**Exercise brief**: Copy every line of the following data that includes the string "IFCCURTAINWALL".
** Opening Data provided block **
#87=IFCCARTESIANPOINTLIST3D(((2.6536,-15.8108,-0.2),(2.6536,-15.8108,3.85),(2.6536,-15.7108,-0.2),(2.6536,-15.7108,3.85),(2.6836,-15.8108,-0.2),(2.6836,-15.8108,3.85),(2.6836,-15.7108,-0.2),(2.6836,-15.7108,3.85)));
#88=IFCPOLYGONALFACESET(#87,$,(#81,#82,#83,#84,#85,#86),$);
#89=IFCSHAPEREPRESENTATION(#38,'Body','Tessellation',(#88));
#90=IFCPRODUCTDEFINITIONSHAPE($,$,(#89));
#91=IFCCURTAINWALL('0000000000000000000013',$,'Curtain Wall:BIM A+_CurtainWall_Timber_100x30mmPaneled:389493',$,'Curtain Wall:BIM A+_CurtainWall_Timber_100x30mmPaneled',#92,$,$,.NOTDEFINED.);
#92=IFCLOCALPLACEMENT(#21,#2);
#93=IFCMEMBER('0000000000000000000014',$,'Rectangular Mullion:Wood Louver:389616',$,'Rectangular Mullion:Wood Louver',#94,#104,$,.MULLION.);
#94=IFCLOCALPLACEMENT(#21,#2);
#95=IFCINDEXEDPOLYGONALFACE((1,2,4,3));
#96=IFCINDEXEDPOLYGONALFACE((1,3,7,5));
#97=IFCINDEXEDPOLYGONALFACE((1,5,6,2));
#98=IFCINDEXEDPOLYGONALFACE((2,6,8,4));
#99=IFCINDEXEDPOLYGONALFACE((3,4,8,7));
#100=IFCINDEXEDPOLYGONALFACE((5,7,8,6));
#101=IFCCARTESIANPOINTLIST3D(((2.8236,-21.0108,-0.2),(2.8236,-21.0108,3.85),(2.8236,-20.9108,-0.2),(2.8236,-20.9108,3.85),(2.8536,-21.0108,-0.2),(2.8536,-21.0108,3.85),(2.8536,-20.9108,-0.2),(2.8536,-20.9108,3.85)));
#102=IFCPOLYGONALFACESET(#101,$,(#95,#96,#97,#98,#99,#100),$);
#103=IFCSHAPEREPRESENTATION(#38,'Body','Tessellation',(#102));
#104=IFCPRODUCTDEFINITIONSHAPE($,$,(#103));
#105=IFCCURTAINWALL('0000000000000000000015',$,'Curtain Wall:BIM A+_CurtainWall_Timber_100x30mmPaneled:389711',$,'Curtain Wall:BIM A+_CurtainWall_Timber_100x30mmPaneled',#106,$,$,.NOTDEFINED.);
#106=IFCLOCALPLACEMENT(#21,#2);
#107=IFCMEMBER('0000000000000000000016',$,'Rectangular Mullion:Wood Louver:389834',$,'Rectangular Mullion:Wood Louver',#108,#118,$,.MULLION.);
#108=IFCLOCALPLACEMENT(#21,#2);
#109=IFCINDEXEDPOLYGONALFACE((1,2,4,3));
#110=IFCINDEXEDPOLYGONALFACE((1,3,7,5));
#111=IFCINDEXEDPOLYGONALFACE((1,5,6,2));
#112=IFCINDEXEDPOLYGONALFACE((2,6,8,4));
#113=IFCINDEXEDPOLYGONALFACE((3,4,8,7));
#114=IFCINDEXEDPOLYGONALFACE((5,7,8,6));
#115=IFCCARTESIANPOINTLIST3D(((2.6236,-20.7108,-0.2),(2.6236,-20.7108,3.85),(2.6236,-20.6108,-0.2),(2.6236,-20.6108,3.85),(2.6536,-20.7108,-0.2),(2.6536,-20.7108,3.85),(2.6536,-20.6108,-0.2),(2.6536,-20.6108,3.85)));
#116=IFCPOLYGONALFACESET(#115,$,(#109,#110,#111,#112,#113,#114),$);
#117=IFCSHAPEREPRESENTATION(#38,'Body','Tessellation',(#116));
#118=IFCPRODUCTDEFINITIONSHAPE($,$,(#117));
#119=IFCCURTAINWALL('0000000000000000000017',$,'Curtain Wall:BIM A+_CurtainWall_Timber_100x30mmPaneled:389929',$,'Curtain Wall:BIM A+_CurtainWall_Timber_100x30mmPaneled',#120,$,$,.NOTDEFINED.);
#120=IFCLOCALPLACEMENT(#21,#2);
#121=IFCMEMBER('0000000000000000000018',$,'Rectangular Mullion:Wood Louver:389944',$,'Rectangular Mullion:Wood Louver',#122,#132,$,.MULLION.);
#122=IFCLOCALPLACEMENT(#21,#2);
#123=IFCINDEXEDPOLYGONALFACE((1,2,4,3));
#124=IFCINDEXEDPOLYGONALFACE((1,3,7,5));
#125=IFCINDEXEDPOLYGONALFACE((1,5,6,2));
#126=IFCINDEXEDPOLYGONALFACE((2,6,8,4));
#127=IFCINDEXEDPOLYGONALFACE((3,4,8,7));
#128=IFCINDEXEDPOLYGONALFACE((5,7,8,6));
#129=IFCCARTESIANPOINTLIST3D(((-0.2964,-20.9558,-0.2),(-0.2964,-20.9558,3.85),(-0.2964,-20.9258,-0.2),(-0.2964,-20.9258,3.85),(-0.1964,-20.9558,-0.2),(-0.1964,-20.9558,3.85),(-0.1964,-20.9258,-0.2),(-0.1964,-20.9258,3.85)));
** Closing Data provided block **
**Worked solution**:
#91=IFCCURTAINWALL('0000000000000000000013',$,'Curtain Wall:BIM A+_CurtainWall_Timber_100x30mmPaneled:389493',$,'Curtain Wall:BIM A+_CurtainWall_Timber_100x30mmPaneled',#92,$,$,.NOTDEFINED.);
#105=IFCCURTAINWALL('0000000000000000000015',$,'Curtain Wall:BIM A+_CurtainWall_Timber_100x30mmPaneled:389711',$,'Curtain Wall:BIM A+_CurtainWall_Timber_100x30mmPaneled',#106,$,$,.NOTDEFINED.);
#119=IFCCURTAINWALL('0000000000000000000017',$,'Curtain Wall:BIM A+_CurtainWall_Timber_100x30mmPaneled:389929',$,'Curtain Wall:BIM A+_CurtainWall_Timber_100x30mmPaneled',#120,$,$,.NOTDEFINED.);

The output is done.